Overall I can you've put a massive amount of work into this story, so be proud :) The selective incorporation of details (how she was a Ravenclaw, her relationship with her sister and Teddy) is phenomenal. I'm very impressed.

There are a few grammatical discrepancies though. I won't go into detail but if you're looking for something to improve, I would suggest combing through the chapters and catching the awkward phrasing and missing words (not very much, though).
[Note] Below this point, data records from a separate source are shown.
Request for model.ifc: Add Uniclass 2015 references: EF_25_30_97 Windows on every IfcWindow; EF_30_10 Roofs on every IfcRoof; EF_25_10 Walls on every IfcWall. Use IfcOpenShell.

First a look at what the model holds.

```python
import ifcopenshell

model = ifcopenshell.open("model.ifc")
print(model.schema)
print("classifications:", [c.Name for c in model.by_type("IfcClassification")])
for ifc_class in ("IfcDoor", "IfcRoof", "IfcStair", "IfcWall", "IfcWindow"):
    print(ifc_class, len(model.by_type(ifc_class)))
```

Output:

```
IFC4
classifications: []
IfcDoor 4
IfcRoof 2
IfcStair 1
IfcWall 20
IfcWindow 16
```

```python
import ifcopenshell
import ifcopenshell.api.classification

model = ifcopenshell.open("model.ifc")

system = ifcopenshell.api.classification.add_classification(model, classification="Uniclass 2015")

codes = {
    "IfcWindow": ("EF_25_30_97", "Windows"),
    "IfcRoof": ("EF_30_10", "Roofs"),
    "IfcWall": ("EF_25_10", "Walls"),
}
for ifc_class, (code, name) in codes.items():
    products = model.by_type(ifc_class)
    ifcopenshell.api.classification.add_reference(
        model, products=products, classification=system, identification=code, name=name
    )
    print(code, len(products))

model.write("model_v2.ifc")
```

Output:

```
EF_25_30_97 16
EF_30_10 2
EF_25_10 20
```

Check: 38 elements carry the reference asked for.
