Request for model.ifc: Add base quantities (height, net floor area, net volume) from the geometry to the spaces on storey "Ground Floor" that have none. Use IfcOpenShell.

First a look at what the model holds.

```python
import ifcopenshell
import ifcopenshell.util.element
import ifcopenshell.util.unit

model = ifcopenshell.open("model.ifc")
print(model.schema)
for unit_type in ("LENGTHUNIT", "AREAUNIT", "VOLUMEUNIT"):
    print(unit_type, ifcopenshell.util.unit.calculate_unit_scale(model, unit_type))
storey = next(s for s in model.by_type("IfcBuildingStorey") if s.Name == "Ground Floor")
spaces = [e for e in ifcopenshell.util.element.get_decomposition(storey) if e.is_a("IfcSpace")]
for e in sorted(spaces, key=lambda e: e.id()):
    print(e.id(), e.is_a(), e.Name, list(ifcopenshell.util.element.get_psets(e, qtos_only=True)), sep=" | ")
```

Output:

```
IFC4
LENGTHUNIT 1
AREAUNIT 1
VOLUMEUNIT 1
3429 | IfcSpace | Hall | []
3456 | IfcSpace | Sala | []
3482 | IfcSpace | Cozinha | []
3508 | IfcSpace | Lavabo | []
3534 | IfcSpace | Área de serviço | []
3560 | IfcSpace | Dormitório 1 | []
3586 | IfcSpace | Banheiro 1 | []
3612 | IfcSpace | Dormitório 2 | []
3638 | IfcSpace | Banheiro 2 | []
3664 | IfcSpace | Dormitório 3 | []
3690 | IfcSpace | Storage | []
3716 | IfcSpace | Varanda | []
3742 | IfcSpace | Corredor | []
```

```python
import ifcopenshell
import ifcopenshell.api.pset
import ifcopenshell.geom
import ifcopenshell.util.element
import ifcopenshell.util.shape
import ifcopenshell.util.unit

model = ifcopenshell.open("model.ifc")
unit_scale = ifcopenshell.util.unit.calculate_unit_scale(model)
area_scale = ifcopenshell.util.unit.calculate_unit_scale(model, "AREAUNIT")
volume_scale = ifcopenshell.util.unit.calculate_unit_scale(model, "VOLUMEUNIT")
settings = ifcopenshell.geom.settings()

storey = next(s for s in model.by_type("IfcBuildingStorey") if s.Name == "Ground Floor")
spaces = [e for e in ifcopenshell.util.element.get_decomposition(storey) if e.is_a("IfcSpace")]

for e in sorted(spaces, key=lambda e: e.id()):
    if ifcopenshell.util.element.get_psets(e, qtos_only=True, should_inherit=False):
        continue
    # Geometry comes back in metres, in the element's own axes.
    shape = ifcopenshell.geom.create_shape(settings, e)
    values = {
        "Height": ifcopenshell.util.shape.get_z(shape.geometry) / unit_scale,
        "NetFloorArea": ifcopenshell.util.shape.get_footprint_area(shape.geometry) / area_scale,
        "NetVolume": ifcopenshell.util.shape.get_volume(shape.geometry) / volume_scale,
    }
    qto = ifcopenshell.api.pset.add_qto(model, product=e, name="Qto_SpaceBaseQuantities")
    ifcopenshell.api.pset.edit_qto(model, qto=qto, properties=values)
    print(e.id(), {k: round(v, 3) for k, v in values.items()})

model.write("model_edited.ifc")
```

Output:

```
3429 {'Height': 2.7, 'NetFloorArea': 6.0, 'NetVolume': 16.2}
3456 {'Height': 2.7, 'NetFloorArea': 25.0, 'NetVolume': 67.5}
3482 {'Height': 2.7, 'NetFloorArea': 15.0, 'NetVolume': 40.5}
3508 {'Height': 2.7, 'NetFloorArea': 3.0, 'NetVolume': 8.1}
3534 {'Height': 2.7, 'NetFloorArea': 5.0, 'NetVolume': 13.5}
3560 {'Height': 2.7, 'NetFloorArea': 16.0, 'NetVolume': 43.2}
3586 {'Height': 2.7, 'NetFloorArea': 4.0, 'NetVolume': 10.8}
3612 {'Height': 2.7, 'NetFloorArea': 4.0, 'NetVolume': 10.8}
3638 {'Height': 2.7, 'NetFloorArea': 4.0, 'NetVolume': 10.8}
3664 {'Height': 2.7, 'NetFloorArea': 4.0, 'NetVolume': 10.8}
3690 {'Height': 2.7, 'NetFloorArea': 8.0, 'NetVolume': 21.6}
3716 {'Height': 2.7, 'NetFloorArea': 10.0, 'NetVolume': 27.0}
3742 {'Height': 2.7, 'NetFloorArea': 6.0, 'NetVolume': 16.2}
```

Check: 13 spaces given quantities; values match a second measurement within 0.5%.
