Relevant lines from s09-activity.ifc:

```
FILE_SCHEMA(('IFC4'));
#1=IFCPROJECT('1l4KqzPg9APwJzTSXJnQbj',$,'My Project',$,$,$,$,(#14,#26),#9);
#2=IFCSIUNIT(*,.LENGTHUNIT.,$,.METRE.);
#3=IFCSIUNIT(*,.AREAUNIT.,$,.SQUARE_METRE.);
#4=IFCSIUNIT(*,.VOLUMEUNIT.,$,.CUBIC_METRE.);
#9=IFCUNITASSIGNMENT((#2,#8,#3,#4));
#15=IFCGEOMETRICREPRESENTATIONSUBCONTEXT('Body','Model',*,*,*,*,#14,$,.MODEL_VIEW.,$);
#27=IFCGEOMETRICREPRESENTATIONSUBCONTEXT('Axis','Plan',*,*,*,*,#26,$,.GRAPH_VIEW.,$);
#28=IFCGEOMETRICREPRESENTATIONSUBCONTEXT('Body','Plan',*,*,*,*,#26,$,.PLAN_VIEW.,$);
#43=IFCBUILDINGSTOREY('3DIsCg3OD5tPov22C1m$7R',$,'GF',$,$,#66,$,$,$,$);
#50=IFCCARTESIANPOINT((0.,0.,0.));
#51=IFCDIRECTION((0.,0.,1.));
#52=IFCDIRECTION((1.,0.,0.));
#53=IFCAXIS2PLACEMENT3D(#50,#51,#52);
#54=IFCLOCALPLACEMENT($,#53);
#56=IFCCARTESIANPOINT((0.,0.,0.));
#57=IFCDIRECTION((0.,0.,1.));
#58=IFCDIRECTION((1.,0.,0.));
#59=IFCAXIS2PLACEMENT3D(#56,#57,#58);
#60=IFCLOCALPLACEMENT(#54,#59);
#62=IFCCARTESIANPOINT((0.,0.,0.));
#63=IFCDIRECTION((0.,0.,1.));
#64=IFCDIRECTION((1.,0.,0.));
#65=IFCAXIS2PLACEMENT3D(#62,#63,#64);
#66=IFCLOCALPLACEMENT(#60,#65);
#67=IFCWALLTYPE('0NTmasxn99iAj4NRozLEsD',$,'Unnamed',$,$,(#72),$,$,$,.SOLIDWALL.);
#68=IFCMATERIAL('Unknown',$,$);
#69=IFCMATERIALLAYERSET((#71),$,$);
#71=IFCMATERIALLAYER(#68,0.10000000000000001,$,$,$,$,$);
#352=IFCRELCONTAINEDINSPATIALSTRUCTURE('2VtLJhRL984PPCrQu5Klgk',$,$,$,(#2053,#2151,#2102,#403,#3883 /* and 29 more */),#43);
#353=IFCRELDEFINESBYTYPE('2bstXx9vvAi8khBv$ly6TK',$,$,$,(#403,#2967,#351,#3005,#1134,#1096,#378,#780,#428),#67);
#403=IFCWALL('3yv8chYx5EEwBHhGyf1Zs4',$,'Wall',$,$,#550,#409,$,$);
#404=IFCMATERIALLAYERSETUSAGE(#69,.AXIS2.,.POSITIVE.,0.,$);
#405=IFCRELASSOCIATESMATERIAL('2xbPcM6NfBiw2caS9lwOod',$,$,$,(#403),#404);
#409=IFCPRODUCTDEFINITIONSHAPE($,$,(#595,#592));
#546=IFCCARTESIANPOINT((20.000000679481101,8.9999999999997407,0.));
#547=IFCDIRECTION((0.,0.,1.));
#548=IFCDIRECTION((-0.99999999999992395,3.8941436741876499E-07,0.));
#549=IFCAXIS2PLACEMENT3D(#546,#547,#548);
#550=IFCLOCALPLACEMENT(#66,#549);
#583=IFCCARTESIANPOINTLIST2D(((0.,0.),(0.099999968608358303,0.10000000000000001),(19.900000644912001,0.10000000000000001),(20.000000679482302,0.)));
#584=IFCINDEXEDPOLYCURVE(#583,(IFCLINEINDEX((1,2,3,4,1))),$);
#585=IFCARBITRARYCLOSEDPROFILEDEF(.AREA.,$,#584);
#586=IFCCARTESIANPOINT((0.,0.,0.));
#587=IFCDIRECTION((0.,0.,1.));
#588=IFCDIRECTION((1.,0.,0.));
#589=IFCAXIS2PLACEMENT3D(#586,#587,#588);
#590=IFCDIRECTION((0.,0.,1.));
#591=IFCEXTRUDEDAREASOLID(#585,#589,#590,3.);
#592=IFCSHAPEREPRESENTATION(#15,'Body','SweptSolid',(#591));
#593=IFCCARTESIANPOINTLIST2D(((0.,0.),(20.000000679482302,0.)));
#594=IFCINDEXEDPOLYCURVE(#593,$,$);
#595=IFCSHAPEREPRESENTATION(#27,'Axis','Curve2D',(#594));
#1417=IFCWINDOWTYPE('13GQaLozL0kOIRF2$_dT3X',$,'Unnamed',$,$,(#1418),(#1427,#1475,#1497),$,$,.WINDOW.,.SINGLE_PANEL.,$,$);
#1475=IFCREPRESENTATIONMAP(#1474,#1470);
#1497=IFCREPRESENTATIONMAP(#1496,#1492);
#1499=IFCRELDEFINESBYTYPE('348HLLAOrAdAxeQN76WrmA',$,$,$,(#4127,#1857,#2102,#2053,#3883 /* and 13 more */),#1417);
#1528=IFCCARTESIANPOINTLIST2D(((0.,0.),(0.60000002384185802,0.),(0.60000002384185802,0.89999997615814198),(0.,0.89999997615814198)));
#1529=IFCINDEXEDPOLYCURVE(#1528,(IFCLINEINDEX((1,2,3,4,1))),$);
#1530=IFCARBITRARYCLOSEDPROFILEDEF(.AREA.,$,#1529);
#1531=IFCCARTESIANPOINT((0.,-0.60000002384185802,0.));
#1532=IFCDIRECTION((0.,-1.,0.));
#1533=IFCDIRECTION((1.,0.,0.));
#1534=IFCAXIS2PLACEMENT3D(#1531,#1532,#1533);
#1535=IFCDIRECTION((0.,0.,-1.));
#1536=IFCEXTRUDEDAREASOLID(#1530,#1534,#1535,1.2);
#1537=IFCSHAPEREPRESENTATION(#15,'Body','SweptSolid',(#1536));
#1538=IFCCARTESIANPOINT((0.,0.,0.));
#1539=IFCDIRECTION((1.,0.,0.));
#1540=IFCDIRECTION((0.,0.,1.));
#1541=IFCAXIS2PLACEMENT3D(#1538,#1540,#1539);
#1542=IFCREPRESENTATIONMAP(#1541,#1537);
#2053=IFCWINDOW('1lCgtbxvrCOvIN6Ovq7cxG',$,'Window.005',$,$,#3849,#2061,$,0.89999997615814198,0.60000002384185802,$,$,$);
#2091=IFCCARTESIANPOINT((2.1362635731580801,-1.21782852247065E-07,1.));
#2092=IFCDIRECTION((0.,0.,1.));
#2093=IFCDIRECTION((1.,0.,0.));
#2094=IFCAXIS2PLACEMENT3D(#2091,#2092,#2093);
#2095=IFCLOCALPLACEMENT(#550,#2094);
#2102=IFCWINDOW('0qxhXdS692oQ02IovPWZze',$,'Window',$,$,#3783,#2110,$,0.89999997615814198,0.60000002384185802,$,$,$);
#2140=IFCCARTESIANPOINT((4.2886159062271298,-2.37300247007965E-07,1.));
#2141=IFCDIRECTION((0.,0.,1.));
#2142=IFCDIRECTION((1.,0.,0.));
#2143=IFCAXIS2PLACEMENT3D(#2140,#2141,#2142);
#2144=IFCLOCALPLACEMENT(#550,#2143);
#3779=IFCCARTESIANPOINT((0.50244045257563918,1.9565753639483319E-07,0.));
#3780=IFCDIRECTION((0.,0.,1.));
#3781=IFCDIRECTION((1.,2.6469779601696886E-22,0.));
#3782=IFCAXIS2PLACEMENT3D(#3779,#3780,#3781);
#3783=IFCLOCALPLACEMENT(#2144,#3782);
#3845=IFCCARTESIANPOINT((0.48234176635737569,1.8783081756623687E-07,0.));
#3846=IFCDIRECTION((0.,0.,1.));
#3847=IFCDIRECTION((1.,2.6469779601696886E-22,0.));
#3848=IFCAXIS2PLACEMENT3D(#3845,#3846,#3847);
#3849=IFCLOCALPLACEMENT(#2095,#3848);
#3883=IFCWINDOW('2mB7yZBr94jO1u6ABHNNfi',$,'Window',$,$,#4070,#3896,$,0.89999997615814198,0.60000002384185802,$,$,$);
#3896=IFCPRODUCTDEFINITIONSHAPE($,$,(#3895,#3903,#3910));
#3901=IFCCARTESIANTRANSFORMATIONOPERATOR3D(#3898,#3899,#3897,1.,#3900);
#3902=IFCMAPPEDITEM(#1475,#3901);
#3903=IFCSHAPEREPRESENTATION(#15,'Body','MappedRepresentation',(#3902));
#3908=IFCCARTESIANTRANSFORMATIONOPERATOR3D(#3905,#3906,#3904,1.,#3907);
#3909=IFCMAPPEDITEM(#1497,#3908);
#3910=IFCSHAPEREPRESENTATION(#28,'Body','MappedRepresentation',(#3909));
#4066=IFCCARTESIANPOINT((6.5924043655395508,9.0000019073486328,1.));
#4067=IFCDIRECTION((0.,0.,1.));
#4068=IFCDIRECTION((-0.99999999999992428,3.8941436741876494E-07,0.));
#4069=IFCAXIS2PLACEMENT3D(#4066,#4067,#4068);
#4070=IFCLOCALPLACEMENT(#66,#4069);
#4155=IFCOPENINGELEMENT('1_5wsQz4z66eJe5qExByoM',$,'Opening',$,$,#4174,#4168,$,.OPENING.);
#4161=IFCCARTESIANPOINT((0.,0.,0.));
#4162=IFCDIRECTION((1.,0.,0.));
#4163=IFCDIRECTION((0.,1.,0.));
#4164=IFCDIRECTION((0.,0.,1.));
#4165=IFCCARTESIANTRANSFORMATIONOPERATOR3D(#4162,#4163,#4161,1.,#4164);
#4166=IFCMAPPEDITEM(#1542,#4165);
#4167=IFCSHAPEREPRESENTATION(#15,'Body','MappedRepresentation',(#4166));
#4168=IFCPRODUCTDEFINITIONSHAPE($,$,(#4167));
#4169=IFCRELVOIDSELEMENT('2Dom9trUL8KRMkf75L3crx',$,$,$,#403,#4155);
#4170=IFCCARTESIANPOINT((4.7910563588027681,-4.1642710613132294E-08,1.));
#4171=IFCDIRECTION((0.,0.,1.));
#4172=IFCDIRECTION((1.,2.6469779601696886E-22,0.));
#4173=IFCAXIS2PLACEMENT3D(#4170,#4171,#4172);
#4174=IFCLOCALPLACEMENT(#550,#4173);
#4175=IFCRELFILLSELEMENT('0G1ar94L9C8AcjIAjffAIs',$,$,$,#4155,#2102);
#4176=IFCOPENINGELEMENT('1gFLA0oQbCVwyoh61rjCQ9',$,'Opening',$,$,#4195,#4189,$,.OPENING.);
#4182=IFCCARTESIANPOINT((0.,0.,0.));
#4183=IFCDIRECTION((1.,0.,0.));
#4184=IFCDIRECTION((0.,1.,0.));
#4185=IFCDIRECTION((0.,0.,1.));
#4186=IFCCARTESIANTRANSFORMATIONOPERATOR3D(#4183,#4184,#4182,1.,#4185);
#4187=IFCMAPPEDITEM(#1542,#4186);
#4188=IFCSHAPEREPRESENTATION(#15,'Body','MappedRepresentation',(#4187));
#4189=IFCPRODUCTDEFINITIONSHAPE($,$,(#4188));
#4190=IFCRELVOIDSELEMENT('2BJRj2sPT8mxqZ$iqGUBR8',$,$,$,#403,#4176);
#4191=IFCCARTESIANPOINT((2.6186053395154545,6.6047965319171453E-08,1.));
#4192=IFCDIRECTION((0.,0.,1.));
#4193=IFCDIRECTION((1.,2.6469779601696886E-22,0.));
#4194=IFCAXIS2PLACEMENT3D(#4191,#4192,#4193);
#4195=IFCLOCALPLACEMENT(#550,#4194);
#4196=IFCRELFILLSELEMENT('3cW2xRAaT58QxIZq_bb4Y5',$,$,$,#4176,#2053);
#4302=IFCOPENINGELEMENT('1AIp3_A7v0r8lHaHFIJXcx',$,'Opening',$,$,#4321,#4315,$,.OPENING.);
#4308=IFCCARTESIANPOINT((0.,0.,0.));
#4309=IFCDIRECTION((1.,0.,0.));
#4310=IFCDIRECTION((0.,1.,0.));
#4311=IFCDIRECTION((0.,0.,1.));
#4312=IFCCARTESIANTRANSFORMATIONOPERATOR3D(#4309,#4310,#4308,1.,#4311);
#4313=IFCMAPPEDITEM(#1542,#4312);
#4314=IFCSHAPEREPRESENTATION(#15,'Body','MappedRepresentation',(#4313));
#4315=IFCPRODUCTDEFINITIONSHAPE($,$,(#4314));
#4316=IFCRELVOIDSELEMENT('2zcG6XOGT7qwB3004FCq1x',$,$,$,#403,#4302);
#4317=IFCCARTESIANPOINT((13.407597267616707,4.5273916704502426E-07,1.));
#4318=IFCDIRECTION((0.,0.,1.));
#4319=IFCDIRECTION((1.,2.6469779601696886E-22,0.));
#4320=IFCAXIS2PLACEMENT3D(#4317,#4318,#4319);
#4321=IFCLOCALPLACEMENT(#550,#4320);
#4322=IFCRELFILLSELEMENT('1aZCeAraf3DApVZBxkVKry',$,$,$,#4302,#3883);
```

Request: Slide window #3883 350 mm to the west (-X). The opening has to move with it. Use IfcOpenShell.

```python
import ifcopenshell
import ifcopenshell.api.geometry
import ifcopenshell.util.placement
import ifcopenshell.util.unit

model = ifcopenshell.open("s09-activity.ifc")
unit_scale = ifcopenshell.util.unit.calculate_unit_scale(model)

window = model.by_guid("2mB7yZBr94jO1u6ABHNNfi")
opening = window.FillsVoids[0].RelatingOpeningElement
wall = opening.VoidsElements[0].RelatingBuildingElement

wall_matrix = ifcopenshell.util.placement.get_local_placement(wall.ObjectPlacement)
shift = wall_matrix[:3, 0] * 0.35 / unit_scale
before = ifcopenshell.util.placement.get_local_placement(window.ObjectPlacement)[:3, 3].copy()

# The window is not placed relative to its opening, so move both.
for product in (opening, window):
    matrix = ifcopenshell.util.placement.get_local_placement(product.ObjectPlacement)
    matrix[:3, 3] += shift
    ifcopenshell.api.geometry.edit_object_placement(model, product=product, matrix=matrix, is_si=False)

after = ifcopenshell.util.placement.get_local_placement(window.ObjectPlacement)[:3, 3]
print("window moved by", (after - before).round(3) + 0.0)

model.write("s09-activity_rev.ifc")
```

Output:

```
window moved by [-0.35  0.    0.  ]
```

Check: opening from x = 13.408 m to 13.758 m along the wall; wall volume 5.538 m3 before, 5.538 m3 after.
Werewolves are a compelling read so I can't wait to see where this story goes :) Dom's going to change a lot, isn't she? Are we going to find out who bit her and why? I'm sensing her life's only going to get worse from this point and am intrigued to see how you balance the human and 'beast' elements of her identity in the future. Remus had a lot of trouble with it.

Keep writing and feel free to rerequest!

Author's Response: Hey! Thanks for reading and reviewing =)

I am pleased that my werewolf story didn't disappoint you so far. I was worried about the pace so I am glad you think it's okay. Dom is pretty confused and frustrated at the moment thus you didn't get to see much of her real character yet, but now that she is getting a grip on herself, you'll see what she's really like further. As for where I intend to take the story, you'll have to wait and read xP The boss is not a very appealing character so I am surprised you like her, but haha good! As for Teddy, we'll be seeing more of him further so I am curious to see what you'd think of him.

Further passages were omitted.